Electronic properties of a-Si3N4 are determined mainly by deep traps of electrons and holes as well as by hollow traps responsible for the spreading of charges captured by deep traps. In other words, they are responsible for the degradation of nonvolatile memory devices based on NMOS. Because of this, a correct knowledge about the nature of levels is extremely important in selecting the technology for the preparation of layers intended for specific application.
In this study, in order to obtain band alignment as well as defect state of SiNx thin films, we have investigated the band gap and valence band offset with the variation in the composition of N contents by using reflection electron energy loss spectroscopy (REELS) and X-ray photoelectron spectroscopy (XPS), respectively.

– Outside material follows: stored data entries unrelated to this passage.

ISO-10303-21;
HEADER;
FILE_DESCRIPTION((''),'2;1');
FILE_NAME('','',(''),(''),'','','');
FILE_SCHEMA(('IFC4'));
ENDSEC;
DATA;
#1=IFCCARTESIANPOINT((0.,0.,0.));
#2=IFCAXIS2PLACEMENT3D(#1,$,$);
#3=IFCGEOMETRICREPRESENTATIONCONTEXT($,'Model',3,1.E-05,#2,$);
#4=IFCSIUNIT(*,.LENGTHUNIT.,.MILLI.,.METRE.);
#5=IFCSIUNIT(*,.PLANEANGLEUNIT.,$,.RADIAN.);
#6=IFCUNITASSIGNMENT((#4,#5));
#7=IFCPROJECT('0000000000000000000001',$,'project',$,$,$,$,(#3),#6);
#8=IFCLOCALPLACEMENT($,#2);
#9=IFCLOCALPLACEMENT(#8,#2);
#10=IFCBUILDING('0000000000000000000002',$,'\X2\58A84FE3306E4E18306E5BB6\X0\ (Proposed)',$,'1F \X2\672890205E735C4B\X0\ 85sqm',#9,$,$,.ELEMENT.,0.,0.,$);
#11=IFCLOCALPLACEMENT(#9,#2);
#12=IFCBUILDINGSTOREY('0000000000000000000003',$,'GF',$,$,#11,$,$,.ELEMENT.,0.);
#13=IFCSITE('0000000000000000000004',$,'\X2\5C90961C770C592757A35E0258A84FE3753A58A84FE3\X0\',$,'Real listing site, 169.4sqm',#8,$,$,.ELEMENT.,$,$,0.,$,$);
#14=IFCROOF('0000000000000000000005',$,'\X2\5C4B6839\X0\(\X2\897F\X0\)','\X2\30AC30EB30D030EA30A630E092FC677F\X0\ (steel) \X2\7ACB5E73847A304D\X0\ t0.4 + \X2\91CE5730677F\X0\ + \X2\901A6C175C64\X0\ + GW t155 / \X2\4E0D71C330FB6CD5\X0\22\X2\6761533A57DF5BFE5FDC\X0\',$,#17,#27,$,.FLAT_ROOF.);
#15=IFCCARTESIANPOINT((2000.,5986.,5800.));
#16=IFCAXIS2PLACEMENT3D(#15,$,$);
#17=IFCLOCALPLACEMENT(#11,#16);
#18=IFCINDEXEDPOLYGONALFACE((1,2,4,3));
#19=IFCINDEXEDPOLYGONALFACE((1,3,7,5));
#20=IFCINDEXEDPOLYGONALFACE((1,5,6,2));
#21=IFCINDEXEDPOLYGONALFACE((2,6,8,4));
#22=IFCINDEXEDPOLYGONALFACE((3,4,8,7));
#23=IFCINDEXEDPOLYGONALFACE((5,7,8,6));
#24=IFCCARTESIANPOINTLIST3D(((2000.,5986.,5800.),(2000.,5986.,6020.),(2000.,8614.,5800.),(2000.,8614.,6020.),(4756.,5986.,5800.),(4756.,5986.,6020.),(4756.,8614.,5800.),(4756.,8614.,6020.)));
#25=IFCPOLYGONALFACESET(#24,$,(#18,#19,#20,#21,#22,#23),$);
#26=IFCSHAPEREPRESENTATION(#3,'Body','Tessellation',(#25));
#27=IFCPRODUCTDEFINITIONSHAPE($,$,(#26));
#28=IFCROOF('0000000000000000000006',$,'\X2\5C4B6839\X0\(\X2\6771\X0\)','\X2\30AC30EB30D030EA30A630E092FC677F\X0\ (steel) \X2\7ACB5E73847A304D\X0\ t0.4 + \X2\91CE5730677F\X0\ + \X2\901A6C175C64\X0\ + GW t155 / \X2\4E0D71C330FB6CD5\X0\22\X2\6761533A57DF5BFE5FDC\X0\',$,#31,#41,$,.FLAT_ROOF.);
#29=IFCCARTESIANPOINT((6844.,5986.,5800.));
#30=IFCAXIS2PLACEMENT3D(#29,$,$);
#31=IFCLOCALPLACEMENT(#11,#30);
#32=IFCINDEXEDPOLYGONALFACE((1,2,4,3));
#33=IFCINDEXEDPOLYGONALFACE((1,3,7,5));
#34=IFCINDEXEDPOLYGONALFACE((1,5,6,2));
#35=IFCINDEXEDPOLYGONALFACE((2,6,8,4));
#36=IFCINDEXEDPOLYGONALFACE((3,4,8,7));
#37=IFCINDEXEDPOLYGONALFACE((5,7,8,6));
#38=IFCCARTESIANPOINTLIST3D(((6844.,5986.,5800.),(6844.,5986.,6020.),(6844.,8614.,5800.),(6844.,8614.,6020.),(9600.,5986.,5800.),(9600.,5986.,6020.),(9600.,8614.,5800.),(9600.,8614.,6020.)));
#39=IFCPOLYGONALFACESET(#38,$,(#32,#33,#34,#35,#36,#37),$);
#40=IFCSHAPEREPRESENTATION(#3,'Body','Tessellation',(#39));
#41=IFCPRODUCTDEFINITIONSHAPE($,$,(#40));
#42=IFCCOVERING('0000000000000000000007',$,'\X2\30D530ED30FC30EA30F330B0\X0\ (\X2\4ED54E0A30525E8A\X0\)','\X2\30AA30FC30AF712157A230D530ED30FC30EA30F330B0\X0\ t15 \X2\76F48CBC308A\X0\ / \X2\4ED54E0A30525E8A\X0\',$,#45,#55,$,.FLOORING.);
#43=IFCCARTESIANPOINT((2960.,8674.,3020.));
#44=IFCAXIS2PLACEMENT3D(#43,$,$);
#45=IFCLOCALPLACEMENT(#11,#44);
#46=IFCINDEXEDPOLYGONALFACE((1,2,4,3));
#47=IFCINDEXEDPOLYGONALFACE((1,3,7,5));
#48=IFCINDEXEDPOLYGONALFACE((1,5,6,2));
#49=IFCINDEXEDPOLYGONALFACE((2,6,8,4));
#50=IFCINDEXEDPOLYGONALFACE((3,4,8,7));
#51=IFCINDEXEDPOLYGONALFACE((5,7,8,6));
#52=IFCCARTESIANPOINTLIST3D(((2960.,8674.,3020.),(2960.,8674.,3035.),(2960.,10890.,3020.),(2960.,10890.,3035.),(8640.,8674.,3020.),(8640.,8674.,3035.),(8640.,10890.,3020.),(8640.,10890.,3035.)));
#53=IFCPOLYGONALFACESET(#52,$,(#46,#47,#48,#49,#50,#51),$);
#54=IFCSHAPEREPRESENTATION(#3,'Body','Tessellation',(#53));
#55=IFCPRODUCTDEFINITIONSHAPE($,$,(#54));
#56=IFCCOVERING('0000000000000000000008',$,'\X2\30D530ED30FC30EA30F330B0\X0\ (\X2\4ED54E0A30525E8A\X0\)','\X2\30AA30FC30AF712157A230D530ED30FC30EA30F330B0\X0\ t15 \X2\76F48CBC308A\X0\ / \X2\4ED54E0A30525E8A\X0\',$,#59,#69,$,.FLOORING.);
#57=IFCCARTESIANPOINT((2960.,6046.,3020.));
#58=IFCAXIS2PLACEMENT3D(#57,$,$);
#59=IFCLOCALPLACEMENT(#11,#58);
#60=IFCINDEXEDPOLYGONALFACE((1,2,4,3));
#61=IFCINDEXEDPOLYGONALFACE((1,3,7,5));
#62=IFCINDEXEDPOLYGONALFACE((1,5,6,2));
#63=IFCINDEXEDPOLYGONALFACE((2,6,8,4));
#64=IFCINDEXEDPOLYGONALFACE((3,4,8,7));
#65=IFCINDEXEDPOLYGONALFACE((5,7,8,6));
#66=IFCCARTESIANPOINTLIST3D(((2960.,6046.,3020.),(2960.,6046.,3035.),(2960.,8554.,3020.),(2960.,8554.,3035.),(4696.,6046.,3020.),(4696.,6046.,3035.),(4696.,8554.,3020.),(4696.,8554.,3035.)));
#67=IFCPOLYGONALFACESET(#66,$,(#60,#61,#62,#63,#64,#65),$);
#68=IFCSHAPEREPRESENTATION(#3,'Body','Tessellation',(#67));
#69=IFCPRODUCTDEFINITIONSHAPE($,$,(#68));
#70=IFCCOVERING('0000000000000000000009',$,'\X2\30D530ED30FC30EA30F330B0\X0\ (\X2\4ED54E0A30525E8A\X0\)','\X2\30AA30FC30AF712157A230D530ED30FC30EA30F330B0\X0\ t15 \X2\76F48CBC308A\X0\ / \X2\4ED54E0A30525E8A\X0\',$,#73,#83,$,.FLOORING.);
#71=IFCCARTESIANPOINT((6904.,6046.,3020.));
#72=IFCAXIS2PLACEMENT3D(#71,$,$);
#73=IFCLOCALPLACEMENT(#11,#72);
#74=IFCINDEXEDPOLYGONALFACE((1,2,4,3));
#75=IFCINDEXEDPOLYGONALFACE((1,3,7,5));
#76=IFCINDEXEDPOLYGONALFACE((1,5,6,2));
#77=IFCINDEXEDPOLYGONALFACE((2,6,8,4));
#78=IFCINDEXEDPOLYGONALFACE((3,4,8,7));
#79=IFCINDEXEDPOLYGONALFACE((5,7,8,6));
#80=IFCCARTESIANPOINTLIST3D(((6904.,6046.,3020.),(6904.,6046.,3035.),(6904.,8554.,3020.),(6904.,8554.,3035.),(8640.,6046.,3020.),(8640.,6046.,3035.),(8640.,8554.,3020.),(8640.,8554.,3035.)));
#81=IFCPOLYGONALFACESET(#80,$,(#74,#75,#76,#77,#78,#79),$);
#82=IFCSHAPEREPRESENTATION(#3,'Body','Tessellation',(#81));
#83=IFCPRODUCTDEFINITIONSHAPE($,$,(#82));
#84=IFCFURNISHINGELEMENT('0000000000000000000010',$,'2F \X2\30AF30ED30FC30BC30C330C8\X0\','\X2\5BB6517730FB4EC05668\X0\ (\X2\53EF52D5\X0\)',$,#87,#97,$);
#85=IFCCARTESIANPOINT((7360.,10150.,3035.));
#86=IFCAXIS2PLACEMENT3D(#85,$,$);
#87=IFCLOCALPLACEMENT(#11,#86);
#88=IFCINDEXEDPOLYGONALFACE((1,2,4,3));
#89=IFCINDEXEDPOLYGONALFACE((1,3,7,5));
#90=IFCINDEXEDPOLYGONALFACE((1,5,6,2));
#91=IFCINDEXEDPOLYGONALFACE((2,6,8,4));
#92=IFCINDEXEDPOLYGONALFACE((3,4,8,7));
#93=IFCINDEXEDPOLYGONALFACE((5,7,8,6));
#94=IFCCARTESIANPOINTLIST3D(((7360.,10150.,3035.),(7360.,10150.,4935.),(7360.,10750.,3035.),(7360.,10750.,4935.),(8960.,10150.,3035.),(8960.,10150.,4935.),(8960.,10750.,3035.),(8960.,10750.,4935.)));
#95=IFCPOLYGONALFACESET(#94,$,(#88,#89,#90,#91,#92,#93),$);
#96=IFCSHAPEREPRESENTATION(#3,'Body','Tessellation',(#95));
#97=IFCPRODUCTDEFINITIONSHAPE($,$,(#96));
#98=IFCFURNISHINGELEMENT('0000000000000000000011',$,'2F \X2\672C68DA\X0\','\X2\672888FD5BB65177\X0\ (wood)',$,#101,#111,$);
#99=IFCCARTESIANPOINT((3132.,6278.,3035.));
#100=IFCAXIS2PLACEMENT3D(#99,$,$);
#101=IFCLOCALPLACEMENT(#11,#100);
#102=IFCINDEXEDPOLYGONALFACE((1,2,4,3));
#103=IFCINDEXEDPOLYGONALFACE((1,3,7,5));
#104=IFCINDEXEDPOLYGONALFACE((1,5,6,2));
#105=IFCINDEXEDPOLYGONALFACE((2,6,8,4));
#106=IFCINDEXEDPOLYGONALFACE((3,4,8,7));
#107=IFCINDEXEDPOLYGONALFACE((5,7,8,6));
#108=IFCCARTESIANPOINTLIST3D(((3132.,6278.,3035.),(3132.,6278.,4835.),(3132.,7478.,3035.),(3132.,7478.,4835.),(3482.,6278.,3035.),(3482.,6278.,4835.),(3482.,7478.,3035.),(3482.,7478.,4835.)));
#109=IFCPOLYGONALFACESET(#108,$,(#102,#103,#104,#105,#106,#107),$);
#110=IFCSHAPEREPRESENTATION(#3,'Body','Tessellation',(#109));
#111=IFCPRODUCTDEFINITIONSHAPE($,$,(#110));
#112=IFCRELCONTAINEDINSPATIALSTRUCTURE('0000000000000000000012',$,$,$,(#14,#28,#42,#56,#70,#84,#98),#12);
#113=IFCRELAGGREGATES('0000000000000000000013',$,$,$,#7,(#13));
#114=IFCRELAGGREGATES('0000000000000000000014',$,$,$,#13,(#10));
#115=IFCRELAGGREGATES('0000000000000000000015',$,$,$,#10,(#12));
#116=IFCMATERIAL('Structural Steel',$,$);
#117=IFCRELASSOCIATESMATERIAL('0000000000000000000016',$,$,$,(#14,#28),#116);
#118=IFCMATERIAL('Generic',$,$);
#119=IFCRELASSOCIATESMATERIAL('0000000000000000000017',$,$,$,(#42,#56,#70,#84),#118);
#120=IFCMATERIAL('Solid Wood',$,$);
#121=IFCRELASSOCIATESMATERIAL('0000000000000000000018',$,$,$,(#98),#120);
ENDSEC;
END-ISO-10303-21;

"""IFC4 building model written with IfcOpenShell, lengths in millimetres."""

from ifc_helpers import new_model, si_unit, frame, frame_2d, origin, place, context, project, spatial, rectangle, extrude, material, element, save


model = new_model("IFC4")

# Units and contexts
model_context = context("Model", 3, precision=1e-05, world=origin())
ifc_project = project(units=[si_unit("LENGTHUNIT", "METRE", prefix="MILLI"), si_unit("PLANEANGLEUNIT", "RADIAN")], contexts=[model_context])

# Site, building, storey
site_placement = place(None, origin())
site = spatial("IfcSite", under=ifc_project, at=site_placement, Name="岐阜県大垣市墨俣町墨俣", ObjectType="Real listing site, 169.4sqm", CompositionType="ELEMENT", RefElevation=0.0)
building_placement = place(site_placement, origin())
building = spatial("IfcBuilding", under=site, at=building_placement, Name="墨俣の丘の家 (Proposed)", ObjectType="1F 木造平屋 85sqm", CompositionType="ELEMENT", ElevationOfRefHeight=0.0, ElevationOfTerrain=0.0)
storey_placement = place(building_placement, origin())
storey = spatial("IfcBuildingStorey", under=building, at=storey_placement, Name="GF", CompositionType="ELEMENT", Elevation=0.0)

# Shared definitions
ifc_material_1 = material(Name="Solid Wood")

# Shared definitions
ifc_material_2 = material(Name="Generic")

# Roofs
ifc_material_3 = material(Name="Structural Steel")
roof_1_placement = place(storey_placement, frame((2000.0, 5986.0, 5800.0)))
element("IfcRoof", 1, at=roof_1_placement, inside=storey, material=ifc_material_3, Name="屋根(西)", Description="ガルバリウム鋼板 (steel) 立平葺き t0.4 + 野地板 + 通気層 + GW t155 / 不燃・法22条区域対応", PredefinedType="FLAT_ROOF", context=model_context, shape_type="SweptSolid", body=[
    extrude(rectangle(XDim=2756.0, YDim=2628.0, at=frame_2d((1378.0, 1314.0))), frame((2000.0, 5986.0, 5800.0)), (0.0, 0.0, 1.0), 220.0),
])
roof_2_placement = place(storey_placement, frame((6844.0, 5986.0, 5800.0)))
element("IfcRoof", 2, at=roof_2_placement, inside=storey, material=ifc_material_3, Name="屋根(東)", Description="ガルバリウム鋼板 (steel) 立平葺き t0.4 + 野地板 + 通気層 + GW t155 / 不燃・法22条区域対応", PredefinedType="FLAT_ROOF", context=model_context, shape_type="SweptSolid", body=[
    extrude(rectangle(XDim=2756.0, YDim=2628.0, at=frame_2d((1378.0, 1314.0))), frame((6844.0, 5986.0, 5800.0)), (0.0, 0.0, 1.0), 220.0),
])

# Coverings
covering_1_placement = place(storey_placement, frame((2960.0, 8674.0, 3020.0)))
element("IfcCovering", 3, at=covering_1_placement, inside=storey, material=ifc_material_2, Name="フローリング (仕上げ床)", Description="オーク無垢フローリング t15 直貼り / 仕上げ床", PredefinedType="FLOORING", context=model_context, shape_type="SweptSolid", body=[
    extrude(rectangle(XDim=5680.0, YDim=2216.0, at=frame_2d((2840.0, 1108.0))), frame((2960.0, 8674.0, 3020.0)), (0.0, 0.0, 1.0), 15.0),
])
covering_2_placement = place(storey_placement, frame((2960.0, 6046.0, 3020.0)))
element("IfcCovering", 4, at=covering_2_placement, inside=storey, material=ifc_material_2, Name="フローリング (仕上げ床)", Description="オーク無垢フローリング t15 直貼り / 仕上げ床", PredefinedType="FLOORING", context=model_context, shape_type="SweptSolid", body=[
    extrude(rectangle(XDim=1736.0, YDim=2508.0, at=frame_2d((868.0, 1254.0))), frame((2960.0, 6046.0, 3020.0)), (0.0, 0.0, 1.0), 15.0),
])
covering_3_placement = place(storey_placement, frame((6904.0, 6046.0, 3020.0)))
element("IfcCovering", 5, at=covering_3_placement, inside=storey, material=ifc_material_2, Name="フローリング (仕上げ床)", Description="オーク無垢フローリング t15 直貼り / 仕上げ床", PredefinedType="FLOORING", context=model_context, shape_type="SweptSolid", body=[
    extrude(rectangle(XDim=1736.0, YDim=2508.0, at=frame_2d((868.0, 1254.0))), frame((6904.0, 6046.0, 3020.0)), (0.0, 0.0, 1.0), 15.0),
])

The defect states were investigated by using thermally stimulated exo-electron emission (TSEE), which have been specially designed for in-situ measurement of a defect state in analysis chamber without any electrodes.
Our result shows that the valance band offsets were increased from 0.033 eV to 1.24 eV with increasing N contents. The band gap was changed from 3.2 eV to 4.7 eV for the above materials. The defect state energy of the a-SiNx films were observed at 1.85 eV by using thermally stimulated exo-electron emission. This energy is related to hydrogen migration or a dangling bond (·Si≡), called the K center, in the silicon nitride.[1] The values of deep trap energy below the conduction band are independent of N content.[2] The defect state energy are properly assigned.